The six-month average for all types of mutual funds is still in the red, due to China's struggling stock market, according to Lipper Fund Market Insight Reports.

"Good February performance of small and medium shares made up for that of blue chips and bolstered fund returns," said Zhou Liang, head of research for China at Lipper. "But the growth was modest, and the half-year returns ended February were still negative."

Mutual funds invested in stocks posted a 1.2% growth last month, and mixed stock/bond funds saw a growth between 1.04% and 0.66%, depending on the combination.

Qualified Domestic Institutional Investor products outperformed their domestic peers, with an average growth of 3.32% for February.

Qualified Foreign Institutional Investor products reported a loss of 1.26%, due to deteriorating global economic prospects.

Mutual fund investors should pursue safer products like bond-invested funds that could beat inflation growth, Zhou said, and avoid looking for big profits.

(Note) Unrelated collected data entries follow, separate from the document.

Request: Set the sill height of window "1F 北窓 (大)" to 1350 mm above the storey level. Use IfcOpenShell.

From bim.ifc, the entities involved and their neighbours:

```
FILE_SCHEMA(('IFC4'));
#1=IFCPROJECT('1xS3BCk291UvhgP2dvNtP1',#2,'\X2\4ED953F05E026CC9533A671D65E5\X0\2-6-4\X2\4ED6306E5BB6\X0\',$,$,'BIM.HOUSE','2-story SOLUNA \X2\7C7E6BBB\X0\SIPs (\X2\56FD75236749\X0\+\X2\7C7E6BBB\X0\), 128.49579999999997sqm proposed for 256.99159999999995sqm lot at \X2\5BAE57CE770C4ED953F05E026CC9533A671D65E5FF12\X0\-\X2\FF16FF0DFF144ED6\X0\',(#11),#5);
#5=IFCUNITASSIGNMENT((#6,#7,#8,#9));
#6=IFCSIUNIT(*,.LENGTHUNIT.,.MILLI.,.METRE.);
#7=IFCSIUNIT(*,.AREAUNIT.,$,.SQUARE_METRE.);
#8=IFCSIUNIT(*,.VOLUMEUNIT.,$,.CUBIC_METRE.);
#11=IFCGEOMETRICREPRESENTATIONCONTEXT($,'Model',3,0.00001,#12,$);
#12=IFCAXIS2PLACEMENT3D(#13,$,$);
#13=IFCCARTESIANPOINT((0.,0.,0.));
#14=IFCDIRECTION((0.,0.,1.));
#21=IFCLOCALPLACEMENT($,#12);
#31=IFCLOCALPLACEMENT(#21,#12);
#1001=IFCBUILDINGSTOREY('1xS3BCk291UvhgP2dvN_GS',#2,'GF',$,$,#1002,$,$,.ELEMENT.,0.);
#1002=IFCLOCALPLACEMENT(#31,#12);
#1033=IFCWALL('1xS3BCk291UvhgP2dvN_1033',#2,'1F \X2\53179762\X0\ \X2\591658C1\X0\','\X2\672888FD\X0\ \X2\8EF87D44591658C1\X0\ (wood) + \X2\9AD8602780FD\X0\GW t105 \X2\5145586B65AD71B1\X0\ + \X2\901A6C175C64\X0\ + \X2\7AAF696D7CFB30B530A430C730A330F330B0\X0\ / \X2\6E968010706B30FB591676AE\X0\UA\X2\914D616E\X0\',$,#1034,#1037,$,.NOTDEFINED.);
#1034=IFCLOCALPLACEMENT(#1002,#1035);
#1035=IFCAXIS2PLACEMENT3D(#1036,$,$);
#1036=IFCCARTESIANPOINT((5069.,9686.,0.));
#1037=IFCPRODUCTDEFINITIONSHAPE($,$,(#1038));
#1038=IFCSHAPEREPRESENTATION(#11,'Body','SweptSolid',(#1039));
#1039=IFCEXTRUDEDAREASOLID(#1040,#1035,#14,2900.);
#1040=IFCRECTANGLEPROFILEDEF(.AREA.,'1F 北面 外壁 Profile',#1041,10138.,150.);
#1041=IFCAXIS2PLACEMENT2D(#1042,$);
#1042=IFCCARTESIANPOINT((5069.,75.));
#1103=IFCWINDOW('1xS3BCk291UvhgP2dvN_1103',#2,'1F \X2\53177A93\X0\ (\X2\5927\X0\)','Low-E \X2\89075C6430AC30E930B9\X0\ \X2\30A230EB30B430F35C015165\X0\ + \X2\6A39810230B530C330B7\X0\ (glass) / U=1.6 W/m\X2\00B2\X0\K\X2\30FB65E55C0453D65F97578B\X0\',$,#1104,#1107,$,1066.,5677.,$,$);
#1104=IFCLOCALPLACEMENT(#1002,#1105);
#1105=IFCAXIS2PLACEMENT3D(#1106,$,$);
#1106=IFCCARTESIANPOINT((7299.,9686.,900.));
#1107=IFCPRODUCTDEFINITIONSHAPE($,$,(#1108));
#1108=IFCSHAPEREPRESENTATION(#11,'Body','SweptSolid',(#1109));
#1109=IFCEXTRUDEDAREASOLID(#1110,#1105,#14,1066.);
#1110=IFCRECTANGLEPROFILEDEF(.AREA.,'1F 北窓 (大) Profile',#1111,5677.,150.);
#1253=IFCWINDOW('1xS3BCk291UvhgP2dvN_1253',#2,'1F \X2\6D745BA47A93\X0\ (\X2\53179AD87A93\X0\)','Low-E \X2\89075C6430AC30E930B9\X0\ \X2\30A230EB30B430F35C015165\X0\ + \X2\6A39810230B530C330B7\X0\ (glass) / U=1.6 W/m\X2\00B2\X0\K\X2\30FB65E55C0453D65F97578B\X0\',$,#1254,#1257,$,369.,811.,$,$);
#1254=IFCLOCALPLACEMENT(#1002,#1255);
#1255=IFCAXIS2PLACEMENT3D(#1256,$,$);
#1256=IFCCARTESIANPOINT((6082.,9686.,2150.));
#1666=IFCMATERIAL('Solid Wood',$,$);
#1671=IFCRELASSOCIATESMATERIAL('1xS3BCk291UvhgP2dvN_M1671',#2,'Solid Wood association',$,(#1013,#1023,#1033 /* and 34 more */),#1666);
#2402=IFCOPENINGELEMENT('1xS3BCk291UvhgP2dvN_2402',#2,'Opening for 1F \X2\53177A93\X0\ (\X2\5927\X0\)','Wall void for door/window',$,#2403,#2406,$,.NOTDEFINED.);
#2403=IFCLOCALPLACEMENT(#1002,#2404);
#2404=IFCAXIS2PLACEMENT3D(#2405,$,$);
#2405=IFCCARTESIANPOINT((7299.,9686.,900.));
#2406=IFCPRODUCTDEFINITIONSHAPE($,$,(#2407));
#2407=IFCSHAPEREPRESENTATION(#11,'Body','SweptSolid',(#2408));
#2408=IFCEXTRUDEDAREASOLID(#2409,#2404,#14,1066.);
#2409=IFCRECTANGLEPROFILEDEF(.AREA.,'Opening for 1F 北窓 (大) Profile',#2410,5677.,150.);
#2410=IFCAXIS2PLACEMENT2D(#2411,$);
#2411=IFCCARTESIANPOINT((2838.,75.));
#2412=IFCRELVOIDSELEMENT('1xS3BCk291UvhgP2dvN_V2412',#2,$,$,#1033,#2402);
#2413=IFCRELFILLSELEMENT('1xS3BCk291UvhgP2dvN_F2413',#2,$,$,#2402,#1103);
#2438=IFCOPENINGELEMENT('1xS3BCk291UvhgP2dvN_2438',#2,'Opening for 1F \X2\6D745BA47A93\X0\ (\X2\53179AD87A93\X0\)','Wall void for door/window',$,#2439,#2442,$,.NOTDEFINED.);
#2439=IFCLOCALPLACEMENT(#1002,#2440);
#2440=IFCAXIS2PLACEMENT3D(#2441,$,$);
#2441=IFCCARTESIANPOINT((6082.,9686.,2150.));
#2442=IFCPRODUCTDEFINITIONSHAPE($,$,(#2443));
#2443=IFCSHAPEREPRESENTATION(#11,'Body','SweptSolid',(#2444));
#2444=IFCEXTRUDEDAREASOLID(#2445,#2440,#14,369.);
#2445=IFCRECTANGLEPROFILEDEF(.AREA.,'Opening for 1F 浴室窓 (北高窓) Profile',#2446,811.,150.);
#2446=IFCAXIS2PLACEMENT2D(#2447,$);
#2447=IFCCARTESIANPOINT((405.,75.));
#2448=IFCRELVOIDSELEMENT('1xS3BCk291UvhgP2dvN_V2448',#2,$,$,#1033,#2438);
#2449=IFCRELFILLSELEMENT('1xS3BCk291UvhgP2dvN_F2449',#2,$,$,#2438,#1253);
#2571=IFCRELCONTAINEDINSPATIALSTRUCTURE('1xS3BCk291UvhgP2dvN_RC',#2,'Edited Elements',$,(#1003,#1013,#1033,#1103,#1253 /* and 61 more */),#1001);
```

```python
import numpy as np
import ifcopenshell
import ifcopenshell.api.geometry
import ifcopenshell.geom
import ifcopenshell.util.element
import ifcopenshell.util.placement
import ifcopenshell.util.shape
import ifcopenshell.util.unit

model = ifcopenshell.open("bim.ifc")
unit_scale = ifcopenshell.util.unit.calculate_unit_scale(model)

window = model.by_guid("1xS3BCk291UvhgP2dvN_1103")
opening = window.FillsVoids[0].RelatingOpeningElement
storey = ifcopenshell.util.element.get_container(window, ifc_class="IfcBuildingStorey")
level = ifcopenshell.util.placement.get_local_placement(storey.ObjectPlacement)[2, 3]

# The opening's origin need not be at the sill, so measure its lowest point.
shape = ifcopenshell.geom.create_shape(ifcopenshell.geom.settings(), opening)
bottom = ifcopenshell.util.shape.get_shape_bottom_elevation(shape, shape.geometry) / unit_scale
dz = level + 1.35 / unit_scale - bottom

shift = np.array([0.0, 0.0, dz])
# The window is not placed relative to its opening, so move both.
for product in (opening, window):
    matrix = ifcopenshell.util.placement.get_local_placement(product.ObjectPlacement)
    matrix[:3, 3] += shift
    ifcopenshell.api.geometry.edit_object_placement(model, product=product, matrix=matrix, is_si=False)

print(f"moved by {dz * unit_scale:+.3f} m")

model.write("bim_edited.ifc")
```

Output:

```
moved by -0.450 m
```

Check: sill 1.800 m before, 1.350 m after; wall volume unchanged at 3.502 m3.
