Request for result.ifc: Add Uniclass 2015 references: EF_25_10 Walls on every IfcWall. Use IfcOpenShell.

First a look at what the model holds.

```python
import ifcopenshell

model = ifcopenshell.open("result.ifc")
print(model.schema)
print("classifications:", [c.Name for c in model.by_type("IfcClassification")])
for ifc_class in ("IfcDoor", "IfcRoof", "IfcStair", "IfcWall", "IfcWindow"):
    print(ifc_class, len(model.by_type(ifc_class)))
```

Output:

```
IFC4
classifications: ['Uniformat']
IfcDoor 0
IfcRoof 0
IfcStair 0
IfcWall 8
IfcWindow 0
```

```python
import ifcopenshell
import ifcopenshell.api.classification

model = ifcopenshell.open("result.ifc")

system = ifcopenshell.api.classification.add_classification(model, classification="Uniclass 2015")

codes = {
    "IfcWall": ("EF_25_10", "Walls"),
}
for ifc_class, (code, name) in codes.items():
    products = model.by_type(ifc_class)
    ifcopenshell.api.classification.add_reference(
        model, products=products, classification=system, identification=code, name=name
    )
    print(code, len(products))

model.write("result_rev.ifc")
```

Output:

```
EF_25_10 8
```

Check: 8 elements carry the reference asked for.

Canadians Go Back to Mutual Funds in February

Canadian investors purchased between $5.9 billion and $6.5 billion in mutual funds during the month of February, a significant jump from January sales, according to the Investment Funds Institute of Canada.

"With preliminary sales estimates at close to $6.2 billion for February, Canadian investors have sent a signal that they are still committed to RRSP investment in 2008," said Pat Dunwoody, vice-president of member services and communications with IFIC.

Canadian investors bought a net $460.5 million in mutual funds in January, favoring short-term money market funds.

IFIC said investors have started to look longer term, with 50% of estimated February flows going into long-term funds.

IFIC estimated net assets of the mutual fund industry are currently between $676.2 billion and $681.2 billion.